YOUR OBJECTIVE. Every entry below must appear again, exactly as written.
[[ STORED DATA, beginning ]]
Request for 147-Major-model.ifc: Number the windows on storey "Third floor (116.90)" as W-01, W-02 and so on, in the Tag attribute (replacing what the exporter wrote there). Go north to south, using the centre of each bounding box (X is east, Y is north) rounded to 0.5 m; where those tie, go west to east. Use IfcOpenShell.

First a look at what the model holds.

```python
import ifcopenshell
import ifcopenshell.util.element
import ifcopenshell.util.placement

model = ifcopenshell.open("147-Major-model.ifc")
print(model.schema)
storey = next(s for s in model.by_type("IfcBuildingStorey") if s.Name == "Third floor (116.90)")
windows = [e for e in ifcopenshell.util.element.get_decomposition(storey) if e.is_a("IfcWindow")]
for e in sorted(windows, key=lambda e: e.id()):
    origin = ifcopenshell.util.placement.get_local_placement(e.ObjectPlacement)[:3, 3]
    print(e.id(), e.Tag, e.Name, origin.round(2) + 0.0, sep=" | ")
```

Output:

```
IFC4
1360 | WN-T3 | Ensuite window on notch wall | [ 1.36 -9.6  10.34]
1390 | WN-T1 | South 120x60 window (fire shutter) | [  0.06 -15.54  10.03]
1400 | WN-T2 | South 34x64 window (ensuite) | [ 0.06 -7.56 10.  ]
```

```python
import ifcopenshell
import ifcopenshell.geom
import ifcopenshell.util.element
import ifcopenshell.util.shape

model = ifcopenshell.open("147-Major-model.ifc")
settings = ifcopenshell.geom.settings()
settings.set("use-world-coords", True)


def centre(element):
    shape = ifcopenshell.geom.create_shape(settings, element)
    return ifcopenshell.util.shape.get_bbox_centroid(shape.geometry)


storey = next(s for s in model.by_type("IfcBuildingStorey") if s.Name == "Third floor (116.90)")
windows = [e for e in ifcopenshell.util.element.get_decomposition(storey) if e.is_a("IfcWindow")]

# Insertion points can sit at a corner or the storey origin, so sort by the geometry (in metres).
centres = {e: centre(e) for e in windows}
windows.sort(key=lambda e: (-round(centres[e][1] / 0.5), centres[e][0]))

for i, e in enumerate(windows, start=1):
    number = f"W-{i:02d}"
    e.Tag = number
    print(e.id(), number)

model.write("147-Major-model-out.ifc")
```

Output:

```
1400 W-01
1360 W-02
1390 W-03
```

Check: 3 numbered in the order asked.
[[ STORED DATA, end ]]
SOLVED PROBLEM.
Request for 147-Major-model.ifc: Number the windows on storey "Third floor (116.90)" as W-01, W-02 and so on, in the Tag attribute (replacing what the exporter wrote there). Go north to south, using the centre of each bounding box (X is east, Y is north) rounded to 0.5 m; where those tie, go west to east. Use IfcOpenShell.

First a look at what the model holds.

```python
import ifcopenshell
import ifcopenshell.util.element
import ifcopenshell.util.placement

model = ifcopenshell.open("147-Major-model.ifc")
print(model.schema)
storey = next(s for s in model.by_type("IfcBuildingStorey") if s.Name == "Third floor (116.90)")
windows = [e for e in ifcopenshell.util.element.get_decomposition(storey) if e.is_a("IfcWindow")]
for e in sorted(windows, key=lambda e: e.id()):
    origin = ifcopenshell.util.placement.get_local_placement(e.ObjectPlacement)[:3, 3]
    print(e.id(), e.Tag, e.Name, origin.round(2) + 0.0, sep=" | ")
```

Output:

```
IFC4
1360 | WN-T3 | Ensuite window on notch wall | [ 1.36 -9.6  10.34]
1390 | WN-T1 | South 120x60 window (fire shutter) | [  0.06 -15.54  10.03]
1400 | WN-T2 | South 34x64 window (ensuite) | [ 0.06 -7.56 10.  ]
```

```python
import ifcopenshell
import ifcopenshell.geom
import ifcopenshell.util.element
import ifcopenshell.util.shape

model = ifcopenshell.open("147-Major-model.ifc")
settings = ifcopenshell.geom.settings()
settings.set("use-world-coords", True)


def centre(element):
    shape = ifcopenshell.geom.create_shape(settings, element)
    return ifcopenshell.util.shape.get_bbox_centroid(shape.geometry)


storey = next(s for s in model.by_type("IfcBuildingStorey") if s.Name == "Third floor (116.90)")
windows = [e for e in ifcopenshell.util.element.get_decomposition(storey) if e.is_a("IfcWindow")]

# Insertion points can sit at a corner or the storey origin, so sort by the geometry (in metres).
centres = {e: centre(e) for e in windows}
windows.sort(key=lambda e: (-round(centres[e][1] / 0.5), centres[e][0]))

for i, e in enumerate(windows, start=1):
    number = f"W-{i:02d}"
    e.Tag = number
    print(e.id(), number)

model.write("147-Major-model-out.ifc")
```

Output:

```
1400 W-01
1360 W-02
1390 W-03
```

Check: 3 numbered in the order asked.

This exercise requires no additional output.